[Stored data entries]
☆ ☆ ☆ ☆ ☆ ☆ ☆

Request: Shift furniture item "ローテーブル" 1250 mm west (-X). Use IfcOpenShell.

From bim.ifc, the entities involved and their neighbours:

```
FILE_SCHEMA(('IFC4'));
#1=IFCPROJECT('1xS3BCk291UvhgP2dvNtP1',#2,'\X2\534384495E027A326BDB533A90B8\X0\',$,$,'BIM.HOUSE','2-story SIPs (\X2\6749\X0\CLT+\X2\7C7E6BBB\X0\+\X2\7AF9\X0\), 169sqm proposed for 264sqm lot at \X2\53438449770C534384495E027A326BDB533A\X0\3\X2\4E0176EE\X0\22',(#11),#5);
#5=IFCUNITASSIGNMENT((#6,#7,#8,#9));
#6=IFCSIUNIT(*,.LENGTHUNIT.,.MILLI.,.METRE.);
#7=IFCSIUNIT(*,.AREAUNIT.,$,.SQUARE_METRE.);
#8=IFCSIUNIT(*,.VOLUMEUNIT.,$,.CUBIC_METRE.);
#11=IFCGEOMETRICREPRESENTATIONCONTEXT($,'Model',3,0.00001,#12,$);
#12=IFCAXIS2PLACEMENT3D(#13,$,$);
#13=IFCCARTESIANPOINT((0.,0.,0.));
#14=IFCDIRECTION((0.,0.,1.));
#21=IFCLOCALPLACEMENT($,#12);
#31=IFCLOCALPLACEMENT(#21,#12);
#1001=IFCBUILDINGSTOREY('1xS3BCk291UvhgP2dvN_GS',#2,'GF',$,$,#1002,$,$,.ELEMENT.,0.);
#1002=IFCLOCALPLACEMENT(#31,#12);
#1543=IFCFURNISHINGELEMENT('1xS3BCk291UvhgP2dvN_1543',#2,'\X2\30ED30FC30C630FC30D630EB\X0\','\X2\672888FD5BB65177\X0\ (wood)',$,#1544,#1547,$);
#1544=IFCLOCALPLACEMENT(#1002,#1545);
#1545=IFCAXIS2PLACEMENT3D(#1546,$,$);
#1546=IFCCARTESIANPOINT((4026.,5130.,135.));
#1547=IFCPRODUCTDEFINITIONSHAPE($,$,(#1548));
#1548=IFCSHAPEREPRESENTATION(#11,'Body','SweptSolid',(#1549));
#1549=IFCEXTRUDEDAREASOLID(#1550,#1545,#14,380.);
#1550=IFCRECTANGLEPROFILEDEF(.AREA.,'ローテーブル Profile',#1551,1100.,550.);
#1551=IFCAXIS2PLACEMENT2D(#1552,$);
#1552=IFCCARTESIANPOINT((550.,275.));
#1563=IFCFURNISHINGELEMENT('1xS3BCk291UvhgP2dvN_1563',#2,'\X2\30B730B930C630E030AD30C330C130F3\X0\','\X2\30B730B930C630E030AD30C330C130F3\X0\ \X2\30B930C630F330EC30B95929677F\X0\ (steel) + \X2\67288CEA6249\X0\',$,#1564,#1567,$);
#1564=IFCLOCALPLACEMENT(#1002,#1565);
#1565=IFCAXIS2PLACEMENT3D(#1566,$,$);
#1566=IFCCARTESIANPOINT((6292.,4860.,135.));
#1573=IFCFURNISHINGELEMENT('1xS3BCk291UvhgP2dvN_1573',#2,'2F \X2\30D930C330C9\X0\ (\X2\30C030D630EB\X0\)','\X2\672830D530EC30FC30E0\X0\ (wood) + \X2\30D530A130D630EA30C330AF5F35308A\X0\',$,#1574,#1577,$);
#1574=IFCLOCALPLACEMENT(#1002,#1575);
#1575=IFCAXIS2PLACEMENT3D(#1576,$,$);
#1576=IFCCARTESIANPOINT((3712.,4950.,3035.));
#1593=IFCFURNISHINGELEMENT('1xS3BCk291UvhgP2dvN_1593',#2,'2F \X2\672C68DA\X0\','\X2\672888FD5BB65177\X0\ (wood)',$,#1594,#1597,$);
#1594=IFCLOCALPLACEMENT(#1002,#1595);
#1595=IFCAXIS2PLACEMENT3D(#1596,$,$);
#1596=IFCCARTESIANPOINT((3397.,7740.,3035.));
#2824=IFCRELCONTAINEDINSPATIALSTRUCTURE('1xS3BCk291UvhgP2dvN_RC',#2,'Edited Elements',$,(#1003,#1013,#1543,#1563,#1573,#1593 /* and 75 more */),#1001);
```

```python
import ifcopenshell
import ifcopenshell.api.geometry
import ifcopenshell.util.placement
import ifcopenshell.util.unit

model = ifcopenshell.open("bim.ifc")
unit_scale = ifcopenshell.util.unit.calculate_unit_scale(model)

item = model.by_guid("1xS3BCk291UvhgP2dvN_1543")
matrix = ifcopenshell.util.placement.get_local_placement(item.ObjectPlacement)
matrix[0, 3] -= 1.25 / unit_scale
ifcopenshell.api.geometry.edit_object_placement(model, product=item, matrix=matrix, is_si=False)

print(ifcopenshell.util.placement.get_local_placement(item.ObjectPlacement).round(3) + 0.0)

model.write("bim_updated.ifc")
```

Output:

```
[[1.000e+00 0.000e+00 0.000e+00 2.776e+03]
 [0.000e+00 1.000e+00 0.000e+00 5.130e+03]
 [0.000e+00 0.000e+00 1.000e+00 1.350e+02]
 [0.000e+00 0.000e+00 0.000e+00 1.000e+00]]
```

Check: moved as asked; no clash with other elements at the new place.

☆ ☆ ☆ ☆ ☆ ☆ ☆

- _TASK_
Show all lines above that contain "IFCFURNISHINGELEMENT".

- _PROBLEM SOLUTION_
#1543=IFCFURNISHINGELEMENT('1xS3BCk291UvhgP2dvN_1543',#2,'\X2\30ED30FC30C630FC30D630EB\X0\','\X2\672888FD5BB65177\X0\ (wood)',$,#1544,#1547,$);
#1563=IFCFURNISHINGELEMENT('1xS3BCk291UvhgP2dvN_1563',#2,'\X2\30B730B930C630E030AD30C330C130F3\X0\','\X2\30B730B930C630E030AD30C330C130F3\X0\ \X2\30B930C630F330EC30B95929677F\X0\ (steel) + \X2\67288CEA6249\X0\',$,#1564,#1567,$);
#1573=IFCFURNISHINGELEMENT('1xS3BCk291UvhgP2dvN_1573',#2,'2F \X2\30D930C330C9\X0\ (\X2\30C030D630EB\X0\)','\X2\672830D530EC30FC30E0\X0\ (wood) + \X2\30D530A130D630EA30C330AF5F35308A\X0\',$,#1574,#1577,$);
#1593=IFCFURNISHINGELEMENT('1xS3BCk291UvhgP2dvN_1593',#2,'2F \X2\672C68DA\X0\','\X2\672888FD5BB65177\X0\ (wood)',$,#1594,#1597,$);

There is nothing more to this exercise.